Ray Wang from Semia Analysis explains how AI demand is creating a severe DRAM shortage, causing spot prices to surge dramatically since late 2024. Memory chip makers face clean room constraints while balancing production between high-margin HBM chips for AI accelerators and commodity DRAM for consumer electronics, creating supply shortages expected to persist through 2027.

Key Questions Answered

  • HBM Production Trade-offs: High Bandwidth Memory requires three times more wafer capacity than commodity DRAM to produce the same number of bits. When manufacturers shift production to HBM for AI accelerators, they crowd out supply for PCs, smartphones, and gaming consoles. This ratio worsens with HBM4 and HBM5 generations, intensifying the shortage for consumer electronics despite HBM representing over half the DRAM market.
  • Memory Demand Across AI Pipeline: AI applications consume massive memory at every stage—training requires HBM and CPU DRAM, inference needs HBM for memory-bound decode operations, and agentic AI demands extensive CPU-based servers with commodity DRAM. Long context windows amplify this demand as models process increasingly complex prompts and generate lengthy outputs, with ChatGPT usage growing from novelty queries to 800 million users requesting detailed multi-page reports.
  • Supply Constraints Through 2026: Memory manufacturers face clean room space limitations preventing rapid capacity expansion. The primary solution involves node migration to 1b and 1c processes using EUV machines, producing more bits per wafer.
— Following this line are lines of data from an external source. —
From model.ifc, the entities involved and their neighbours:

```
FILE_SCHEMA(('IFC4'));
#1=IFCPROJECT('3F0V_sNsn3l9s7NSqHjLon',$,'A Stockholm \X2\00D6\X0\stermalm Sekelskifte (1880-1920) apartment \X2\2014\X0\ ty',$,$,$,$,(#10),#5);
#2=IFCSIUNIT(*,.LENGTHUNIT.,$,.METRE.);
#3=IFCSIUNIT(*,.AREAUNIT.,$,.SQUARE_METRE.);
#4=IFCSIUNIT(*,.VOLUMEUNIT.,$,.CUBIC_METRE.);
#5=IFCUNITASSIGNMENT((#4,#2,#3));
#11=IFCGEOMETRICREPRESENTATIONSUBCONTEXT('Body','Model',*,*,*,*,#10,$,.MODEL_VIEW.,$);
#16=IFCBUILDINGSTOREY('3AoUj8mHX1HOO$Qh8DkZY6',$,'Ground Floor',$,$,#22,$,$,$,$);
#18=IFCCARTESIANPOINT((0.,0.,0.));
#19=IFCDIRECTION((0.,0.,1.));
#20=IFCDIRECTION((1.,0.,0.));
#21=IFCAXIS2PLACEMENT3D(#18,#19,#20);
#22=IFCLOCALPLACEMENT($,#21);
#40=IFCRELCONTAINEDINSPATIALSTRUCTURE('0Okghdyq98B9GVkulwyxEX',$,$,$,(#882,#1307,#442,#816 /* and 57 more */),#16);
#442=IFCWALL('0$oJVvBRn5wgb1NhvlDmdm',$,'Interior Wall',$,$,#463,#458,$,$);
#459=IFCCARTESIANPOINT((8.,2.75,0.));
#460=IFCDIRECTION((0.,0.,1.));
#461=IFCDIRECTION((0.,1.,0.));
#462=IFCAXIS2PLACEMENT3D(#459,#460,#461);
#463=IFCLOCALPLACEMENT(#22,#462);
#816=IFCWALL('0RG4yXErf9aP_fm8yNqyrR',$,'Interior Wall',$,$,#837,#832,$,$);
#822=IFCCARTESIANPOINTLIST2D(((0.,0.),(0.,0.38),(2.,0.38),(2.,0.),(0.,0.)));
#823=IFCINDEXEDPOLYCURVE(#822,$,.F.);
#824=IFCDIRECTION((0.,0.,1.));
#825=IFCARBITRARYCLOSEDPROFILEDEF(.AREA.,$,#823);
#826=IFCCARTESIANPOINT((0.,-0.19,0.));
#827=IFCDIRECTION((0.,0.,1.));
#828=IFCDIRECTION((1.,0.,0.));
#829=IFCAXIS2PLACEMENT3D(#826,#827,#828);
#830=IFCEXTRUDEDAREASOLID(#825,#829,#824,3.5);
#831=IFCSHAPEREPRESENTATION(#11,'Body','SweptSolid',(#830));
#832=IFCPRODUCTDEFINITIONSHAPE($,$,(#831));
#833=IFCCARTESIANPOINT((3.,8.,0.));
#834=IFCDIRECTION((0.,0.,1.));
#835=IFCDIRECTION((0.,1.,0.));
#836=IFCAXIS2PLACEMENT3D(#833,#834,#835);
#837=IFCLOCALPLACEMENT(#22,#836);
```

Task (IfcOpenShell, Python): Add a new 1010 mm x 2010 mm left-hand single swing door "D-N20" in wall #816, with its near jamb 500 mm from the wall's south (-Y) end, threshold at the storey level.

```python
import numpy as np
import ifcopenshell
import ifcopenshell.api.feature
import ifcopenshell.api.geometry
import ifcopenshell.api.root
import ifcopenshell.api.spatial
import ifcopenshell.geom
import ifcopenshell.util.element
import ifcopenshell.util.placement
import ifcopenshell.util.representation
import ifcopenshell.util.shape
import ifcopenshell.util.unit

model = ifcopenshell.open("model.ifc")
unit_scale = ifcopenshell.util.unit.calculate_unit_scale(model)
settings = ifcopenshell.geom.settings()


def volume(element):
    """Net volume in cubic metres, openings subtracted."""
    shape = ifcopenshell.geom.create_shape(settings, element)
    return ifcopenshell.util.shape.get_volume(shape.geometry)


wall = model.by_guid("0RG4yXErf9aP_fm8yNqyrR")
storey = ifcopenshell.util.element.get_container(wall, ifc_class="IfcBuildingStorey")
context = ifcopenshell.util.representation.get_context(model, "Model", "Body", "MODEL_VIEW")
before = volume(wall)

width, height, from_end, sill = 1.01, 2.01, 0.5, 0.0  # metres

# The wall runs along its own X axis, and the end named is its -X end.
wall_shape = ifcopenshell.geom.create_shape(settings, wall)
x, y, z = ifcopenshell.util.shape.get_vertices(wall_shape.geometry).T
start = x.min() + from_end
face, thickness = float(y.min()), float(y.max() - y.min())
wall_matrix = ifcopenshell.util.placement.get_local_placement(wall.ObjectPlacement)
level = ifcopenshell.util.placement.get_local_placement(storey.ObjectPlacement)[2, 3]


def in_wall(x, y):
    """Placement at x, y metres in the wall's axes, at sill height."""
    matrix = wall_matrix.copy()
    matrix[:, 3] = wall_matrix @ np.array([x / unit_scale, y / unit_scale, 0.0, 1.0])
    matrix[2, 3] = level + sill / unit_scale
    return matrix


# Opening: a box that overshoots both wall faces by 50 mm.
opening = ifcopenshell.api.root.create_entity(model, ifc_class="IfcOpeningElement", predefined_type="OPENING")
box = ifcopenshell.api.geometry.add_wall_representation(
    model, context=context, length=width, height=height, thickness=thickness + 0.1
)
ifcopenshell.api.geometry.assign_representation(model, product=opening, representation=box)
ifcopenshell.api.geometry.edit_object_placement(model, product=opening, matrix=in_wall(start, face - 0.05), is_si=False)
ifcopenshell.api.feature.add_feature(model, feature=opening, element=wall)

door = ifcopenshell.api.root.create_entity(model, ifc_class="IfcDoor", name="D-N20", predefined_type="DOOR")
door.OverallWidth, door.OverallHeight = width / unit_scale, height / unit_scale
door.OperationType = "SINGLE_SWING_LEFT"
body = ifcopenshell.api.geometry.add_door_representation(
    model,
    context=context,
    overall_width=door.OverallWidth,
    overall_height=door.OverallHeight,
    operation_type="SINGLE_SWING_LEFT",
    lining_properties={"LiningDepth": thickness / unit_scale, "ThresholdDepth": thickness / unit_scale},
)
ifcopenshell.api.geometry.assign_representation(model, product=door, representation=body)
ifcopenshell.api.spatial.assign_container(model, products=[door], relating_structure=storey)
ifcopenshell.api.feature.add_filling(model, opening=opening, element=door)

# The lining spans the wall, so the door starts at the wall face.
ifcopenshell.api.geometry.edit_object_placement(model, product=door, matrix=in_wall(start, face), is_si=False)

after = volume(wall)

print(f"wall volume {before:.3f} -> {after:.3f} m3")

model.write("model_updated.ifc")
```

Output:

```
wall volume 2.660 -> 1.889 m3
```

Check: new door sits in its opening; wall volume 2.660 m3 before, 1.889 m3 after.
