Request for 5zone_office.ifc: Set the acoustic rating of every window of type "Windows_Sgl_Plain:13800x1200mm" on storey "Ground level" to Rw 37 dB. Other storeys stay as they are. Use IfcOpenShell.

First a look at what the model holds.

```python
import ifcopenshell
import ifcopenshell.util.element

model = ifcopenshell.open("5zone_office.ifc")
print(model.schema)
storey = next(s for s in model.by_type("IfcBuildingStorey") if s.Name == "Ground level")
windows = [e for e in ifcopenshell.util.element.get_decomposition(storey) if e.is_a("IfcWindow")]
seen = {}
for e in windows:
    element_type = ifcopenshell.util.element.get_type(e)
    key = (element_type.Name if element_type != e and element_type else None, ifcopenshell.util.element.get_pset(e, "Pset_WindowCommon", "AcousticRating"))
    seen[key] = seen.get(key, 0) + 1
for (name, value), count in sorted(seen.items(), key=str):
    print(count, "x", name, "|", value)
```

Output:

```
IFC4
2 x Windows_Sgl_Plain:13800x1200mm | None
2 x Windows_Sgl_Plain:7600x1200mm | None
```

```python
import ifcopenshell
import ifcopenshell.api.pset
import ifcopenshell.util.element

model = ifcopenshell.open("5zone_office.ifc")

storey = next(s for s in model.by_type("IfcBuildingStorey") if s.Name == "Ground level")
windows = [e for e in ifcopenshell.util.element.get_decomposition(storey) if e.is_a("IfcWindow")]

count = 0
for e in windows:
    element_type = ifcopenshell.util.element.get_type(e)
    if element_type in (None, e) or element_type.Name != "Windows_Sgl_Plain:13800x1200mm":
        continue
    # add_pset returns the element's existing set when there is one.
    pset = ifcopenshell.api.pset.add_pset(model, product=e, name="Pset_WindowCommon")
    ifcopenshell.api.pset.edit_pset(model, pset=pset, properties={"AcousticRating": "Rw 37 dB"})
    count += 1

print(count, "windows updated")

model.write("5zone_office_updated.ifc")
```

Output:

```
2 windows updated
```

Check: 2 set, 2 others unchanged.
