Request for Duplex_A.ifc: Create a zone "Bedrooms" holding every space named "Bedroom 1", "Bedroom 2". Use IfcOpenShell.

First a look at what the model holds.

```python
import ifcopenshell

model = ifcopenshell.open("Duplex_A.ifc")
print(model.schema)
seen = {}
for space in model.by_type("IfcSpace"):
    seen[space.LongName] = seen.get(space.LongName, 0) + 1
for name, count in sorted(seen.items(), key=str):
    print(count, "x", name)
print("zones:", [z.Name for z in model.by_type("IfcZone")][:20])
```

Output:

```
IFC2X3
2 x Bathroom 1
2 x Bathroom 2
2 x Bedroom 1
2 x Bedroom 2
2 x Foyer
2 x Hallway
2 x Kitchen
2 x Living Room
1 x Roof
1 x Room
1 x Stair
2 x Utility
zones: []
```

```python
import ifcopenshell
import ifcopenshell.api.group
import ifcopenshell.api.root

model = ifcopenshell.open("Duplex_A.ifc")

names = {"Bedroom 1", "Bedroom 2"}
spaces = [s for s in model.by_type("IfcSpace") if s.LongName in names]

zone = ifcopenshell.api.root.create_entity(model, ifc_class="IfcZone", name="Bedrooms")
ifcopenshell.api.group.assign_group(model, products=spaces, group=zone)
print(len(spaces), "spaces in", zone.Name)

model.write("Duplex_A_rev.ifc")
```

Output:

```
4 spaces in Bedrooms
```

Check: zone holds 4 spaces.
However, this migration takes time and competes with HBM production needs. Major producers increased capital expenditure significantly in 2025, but meaningful new fab capacity won't come online until 2028.
  • Demand Destruction Patterns: PC makers including Dell, Lenovo, and Asus implemented price hikes across product lines. MediaTek cut 2026 mobile chip outlook by ten to fifteen percent, representing 10 million fewer units. Companies face choices between downgrading product specifications, delaying launches of higher-margin new products, or accepting margin compression. Apple reports managing impacts better than competitors but expects meaningful effects in second half 2026.
  • Pricing Dynamics Reversal: Commodity DRAM spot prices remained stable during early AI hype from 2023-2024, then surged dramatically starting late 2024. Current commodity DRAM margins actually exceed HBM margins despite HBM's reputation for higher profitability. Memory suppliers still prioritize HBM production for strategic positioning in the growing AI market, viewing it as a critical growth driver for the next several years despite lower current margins.

Notable Moment

The analyst revealed that commodity DRAM margins currently exceed HBM margins despite conventional wisdom, creating a strategic dilemma for manufacturers. Memory suppliers continue prioritizing HBM production anyway because it represents a new growth driver in a market historically dependent on flat-growth sectors like PCs and mobile phones, making technological leadership in HBM critical for long-term competitive positioning.